> Directions:
Pull every line containing "Edited" from the entries.

-----

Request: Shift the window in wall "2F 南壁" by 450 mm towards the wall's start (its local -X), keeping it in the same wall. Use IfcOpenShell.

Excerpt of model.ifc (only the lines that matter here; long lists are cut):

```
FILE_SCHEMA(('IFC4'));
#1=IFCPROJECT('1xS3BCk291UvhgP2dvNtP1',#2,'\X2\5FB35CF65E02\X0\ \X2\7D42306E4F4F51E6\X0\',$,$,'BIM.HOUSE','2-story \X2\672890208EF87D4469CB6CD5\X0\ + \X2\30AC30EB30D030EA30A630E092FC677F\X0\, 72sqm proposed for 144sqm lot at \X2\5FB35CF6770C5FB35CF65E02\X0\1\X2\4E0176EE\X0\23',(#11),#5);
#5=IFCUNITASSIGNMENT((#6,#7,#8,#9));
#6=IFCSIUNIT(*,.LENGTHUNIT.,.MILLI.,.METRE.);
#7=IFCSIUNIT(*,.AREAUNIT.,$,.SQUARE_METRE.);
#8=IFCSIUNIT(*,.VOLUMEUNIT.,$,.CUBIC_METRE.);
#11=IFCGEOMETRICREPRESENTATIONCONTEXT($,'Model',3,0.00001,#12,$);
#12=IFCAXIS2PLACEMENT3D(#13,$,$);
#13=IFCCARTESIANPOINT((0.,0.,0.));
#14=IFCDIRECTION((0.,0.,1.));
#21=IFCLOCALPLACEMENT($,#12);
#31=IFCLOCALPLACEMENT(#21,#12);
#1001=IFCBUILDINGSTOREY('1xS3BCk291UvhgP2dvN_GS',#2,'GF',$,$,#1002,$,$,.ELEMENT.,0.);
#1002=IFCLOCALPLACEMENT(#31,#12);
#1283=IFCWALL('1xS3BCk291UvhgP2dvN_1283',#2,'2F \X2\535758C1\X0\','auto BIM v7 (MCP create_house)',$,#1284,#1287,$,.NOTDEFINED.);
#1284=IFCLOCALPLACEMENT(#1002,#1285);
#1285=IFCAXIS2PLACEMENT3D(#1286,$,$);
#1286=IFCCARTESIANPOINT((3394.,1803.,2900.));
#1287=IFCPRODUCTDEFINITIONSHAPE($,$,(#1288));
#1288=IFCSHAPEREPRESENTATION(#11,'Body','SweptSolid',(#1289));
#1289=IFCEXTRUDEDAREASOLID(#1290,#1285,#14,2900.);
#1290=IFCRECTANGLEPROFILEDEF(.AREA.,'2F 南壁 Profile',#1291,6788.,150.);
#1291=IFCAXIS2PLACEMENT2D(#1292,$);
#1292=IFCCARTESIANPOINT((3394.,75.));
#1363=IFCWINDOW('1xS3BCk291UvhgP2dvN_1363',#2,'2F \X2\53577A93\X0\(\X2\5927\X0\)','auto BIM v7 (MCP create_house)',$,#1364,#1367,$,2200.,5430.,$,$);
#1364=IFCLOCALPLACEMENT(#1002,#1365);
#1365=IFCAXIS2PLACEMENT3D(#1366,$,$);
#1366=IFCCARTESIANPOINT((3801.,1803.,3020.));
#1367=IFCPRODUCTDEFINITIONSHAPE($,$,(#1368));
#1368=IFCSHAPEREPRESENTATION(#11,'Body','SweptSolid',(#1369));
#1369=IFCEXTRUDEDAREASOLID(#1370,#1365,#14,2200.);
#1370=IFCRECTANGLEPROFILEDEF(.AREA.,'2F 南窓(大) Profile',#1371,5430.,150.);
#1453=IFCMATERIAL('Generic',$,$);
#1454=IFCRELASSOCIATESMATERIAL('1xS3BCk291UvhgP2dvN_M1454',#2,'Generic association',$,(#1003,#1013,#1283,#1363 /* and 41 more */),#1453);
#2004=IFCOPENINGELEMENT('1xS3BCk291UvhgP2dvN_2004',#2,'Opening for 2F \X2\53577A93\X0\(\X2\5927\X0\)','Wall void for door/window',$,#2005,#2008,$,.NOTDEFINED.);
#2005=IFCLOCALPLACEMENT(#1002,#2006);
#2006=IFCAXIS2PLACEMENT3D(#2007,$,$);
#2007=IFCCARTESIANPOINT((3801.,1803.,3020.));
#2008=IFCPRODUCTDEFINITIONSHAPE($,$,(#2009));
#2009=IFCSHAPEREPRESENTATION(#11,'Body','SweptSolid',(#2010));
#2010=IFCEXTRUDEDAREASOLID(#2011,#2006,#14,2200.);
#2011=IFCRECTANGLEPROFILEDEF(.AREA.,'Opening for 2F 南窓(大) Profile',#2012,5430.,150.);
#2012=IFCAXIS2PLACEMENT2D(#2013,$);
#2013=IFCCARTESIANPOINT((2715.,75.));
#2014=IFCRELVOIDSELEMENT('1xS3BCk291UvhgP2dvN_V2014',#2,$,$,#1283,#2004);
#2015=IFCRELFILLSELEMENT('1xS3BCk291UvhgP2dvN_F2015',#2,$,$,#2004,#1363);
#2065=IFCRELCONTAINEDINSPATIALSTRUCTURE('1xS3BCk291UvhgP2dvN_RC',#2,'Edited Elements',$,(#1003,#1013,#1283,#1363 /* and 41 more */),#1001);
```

```python
import ifcopenshell
import ifcopenshell.api.geometry
import ifcopenshell.util.placement
import ifcopenshell.util.unit

model = ifcopenshell.open("model.ifc")
unit_scale = ifcopenshell.util.unit.calculate_unit_scale(model)

window = model.by_guid("1xS3BCk291UvhgP2dvN_1363")
opening = window.FillsVoids[0].RelatingOpeningElement
wall = opening.VoidsElements[0].RelatingBuildingElement

wall_matrix = ifcopenshell.util.placement.get_local_placement(wall.ObjectPlacement)
shift = wall_matrix[:3, 0] * -0.45 / unit_scale
before = ifcopenshell.util.placement.get_local_placement(window.ObjectPlacement)[:3, 3].copy()

# The window is not placed relative to its opening, so move both.
for product in (opening, window):
    matrix = ifcopenshell.util.placement.get_local_placement(product.ObjectPlacement)
    matrix[:3, 3] += shift
    ifcopenshell.api.geometry.edit_object_placement(model, product=product, matrix=matrix, is_si=False)

after = ifcopenshell.util.placement.get_local_placement(window.ObjectPlacement)[:3, 3]
print("window moved by", (after - before).round(3) + 0.0)

model.write("model-out.ifc")
```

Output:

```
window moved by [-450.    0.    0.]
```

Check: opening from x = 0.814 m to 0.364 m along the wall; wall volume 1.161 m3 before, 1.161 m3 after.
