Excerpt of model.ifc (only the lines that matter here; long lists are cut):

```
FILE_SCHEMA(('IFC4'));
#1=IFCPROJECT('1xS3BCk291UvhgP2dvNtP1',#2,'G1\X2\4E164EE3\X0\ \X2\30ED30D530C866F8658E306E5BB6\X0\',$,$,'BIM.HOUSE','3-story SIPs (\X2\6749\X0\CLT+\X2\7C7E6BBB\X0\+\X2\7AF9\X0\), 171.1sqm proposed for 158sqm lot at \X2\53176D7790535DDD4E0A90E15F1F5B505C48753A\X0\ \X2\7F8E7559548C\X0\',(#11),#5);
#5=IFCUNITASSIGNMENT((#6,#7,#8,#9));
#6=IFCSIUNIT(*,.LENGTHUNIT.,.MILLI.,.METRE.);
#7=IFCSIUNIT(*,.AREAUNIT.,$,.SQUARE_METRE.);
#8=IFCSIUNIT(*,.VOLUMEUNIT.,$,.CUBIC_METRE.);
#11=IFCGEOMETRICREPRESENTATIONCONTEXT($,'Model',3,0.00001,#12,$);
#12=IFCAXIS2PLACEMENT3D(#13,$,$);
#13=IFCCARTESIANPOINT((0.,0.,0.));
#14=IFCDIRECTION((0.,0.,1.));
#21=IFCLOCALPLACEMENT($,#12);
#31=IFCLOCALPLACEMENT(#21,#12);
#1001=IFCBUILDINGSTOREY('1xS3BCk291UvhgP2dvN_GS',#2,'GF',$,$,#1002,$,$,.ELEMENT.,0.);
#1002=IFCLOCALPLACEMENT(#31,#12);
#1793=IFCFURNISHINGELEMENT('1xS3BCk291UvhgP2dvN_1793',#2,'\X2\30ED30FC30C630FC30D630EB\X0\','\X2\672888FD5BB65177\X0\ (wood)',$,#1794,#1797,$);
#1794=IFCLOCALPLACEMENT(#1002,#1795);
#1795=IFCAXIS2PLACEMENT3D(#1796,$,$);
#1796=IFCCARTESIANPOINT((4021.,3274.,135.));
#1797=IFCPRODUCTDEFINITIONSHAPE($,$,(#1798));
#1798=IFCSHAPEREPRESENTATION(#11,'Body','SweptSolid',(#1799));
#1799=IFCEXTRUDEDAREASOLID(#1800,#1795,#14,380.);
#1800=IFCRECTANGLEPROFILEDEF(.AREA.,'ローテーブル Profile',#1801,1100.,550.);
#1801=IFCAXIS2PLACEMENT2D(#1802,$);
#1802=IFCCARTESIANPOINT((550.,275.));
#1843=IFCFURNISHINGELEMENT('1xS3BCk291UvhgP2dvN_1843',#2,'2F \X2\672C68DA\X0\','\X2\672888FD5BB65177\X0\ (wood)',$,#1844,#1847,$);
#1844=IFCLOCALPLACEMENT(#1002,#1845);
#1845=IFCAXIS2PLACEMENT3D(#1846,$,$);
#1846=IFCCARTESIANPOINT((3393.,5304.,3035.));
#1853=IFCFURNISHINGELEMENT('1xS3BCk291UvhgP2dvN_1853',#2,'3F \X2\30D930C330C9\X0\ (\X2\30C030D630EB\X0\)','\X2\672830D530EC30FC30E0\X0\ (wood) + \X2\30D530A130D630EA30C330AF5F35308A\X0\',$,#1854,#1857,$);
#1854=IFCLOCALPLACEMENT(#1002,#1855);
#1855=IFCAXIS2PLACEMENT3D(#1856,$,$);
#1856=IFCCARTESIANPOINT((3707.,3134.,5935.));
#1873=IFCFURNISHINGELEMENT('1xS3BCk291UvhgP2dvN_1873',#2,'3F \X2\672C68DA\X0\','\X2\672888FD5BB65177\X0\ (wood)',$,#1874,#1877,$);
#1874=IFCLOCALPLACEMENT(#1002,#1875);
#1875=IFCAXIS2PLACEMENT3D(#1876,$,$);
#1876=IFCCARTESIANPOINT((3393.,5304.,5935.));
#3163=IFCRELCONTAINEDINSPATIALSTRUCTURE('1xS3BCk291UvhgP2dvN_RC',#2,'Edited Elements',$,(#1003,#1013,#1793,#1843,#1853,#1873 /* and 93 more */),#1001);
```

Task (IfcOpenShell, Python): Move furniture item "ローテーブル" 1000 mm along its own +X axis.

```python
import ifcopenshell
import ifcopenshell.api.geometry
import ifcopenshell.util.placement

model = ifcopenshell.open("model.ifc")

item = model.by_id(1793)
matrix = ifcopenshell.util.placement.get_local_placement(item.ObjectPlacement)
matrix[:3, 3] += matrix[:3, 0] * 1000.0
ifcopenshell.api.geometry.edit_object_placement(model, product=item, matrix=matrix, is_si=False)

print(ifcopenshell.util.placement.get_local_placement(item.ObjectPlacement).round(3) + 0.0)

model.write("model_v2.ifc")
```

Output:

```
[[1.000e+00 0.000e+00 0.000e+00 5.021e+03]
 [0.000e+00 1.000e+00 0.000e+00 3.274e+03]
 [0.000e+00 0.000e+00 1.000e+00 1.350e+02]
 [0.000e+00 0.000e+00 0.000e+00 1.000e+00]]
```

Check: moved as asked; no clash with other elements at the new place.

-----

> Finished task:
#2065=IFCRELCONTAINEDINSPATIALSTRUCTURE('1xS3BCk291UvhgP2dvN_RC',#2,'Edited Elements',$,(#1003,#1013,#1283,#1363 /* and 41 more */),#1001);
#3163=IFCRELCONTAINEDINSPATIALSTRUCTURE('1xS3BCk291UvhgP2dvN_RC',#2,'Edited Elements',$,(#1003,#1013,#1793,#1843,#1853,#1873 /* and 93 more */),#1001);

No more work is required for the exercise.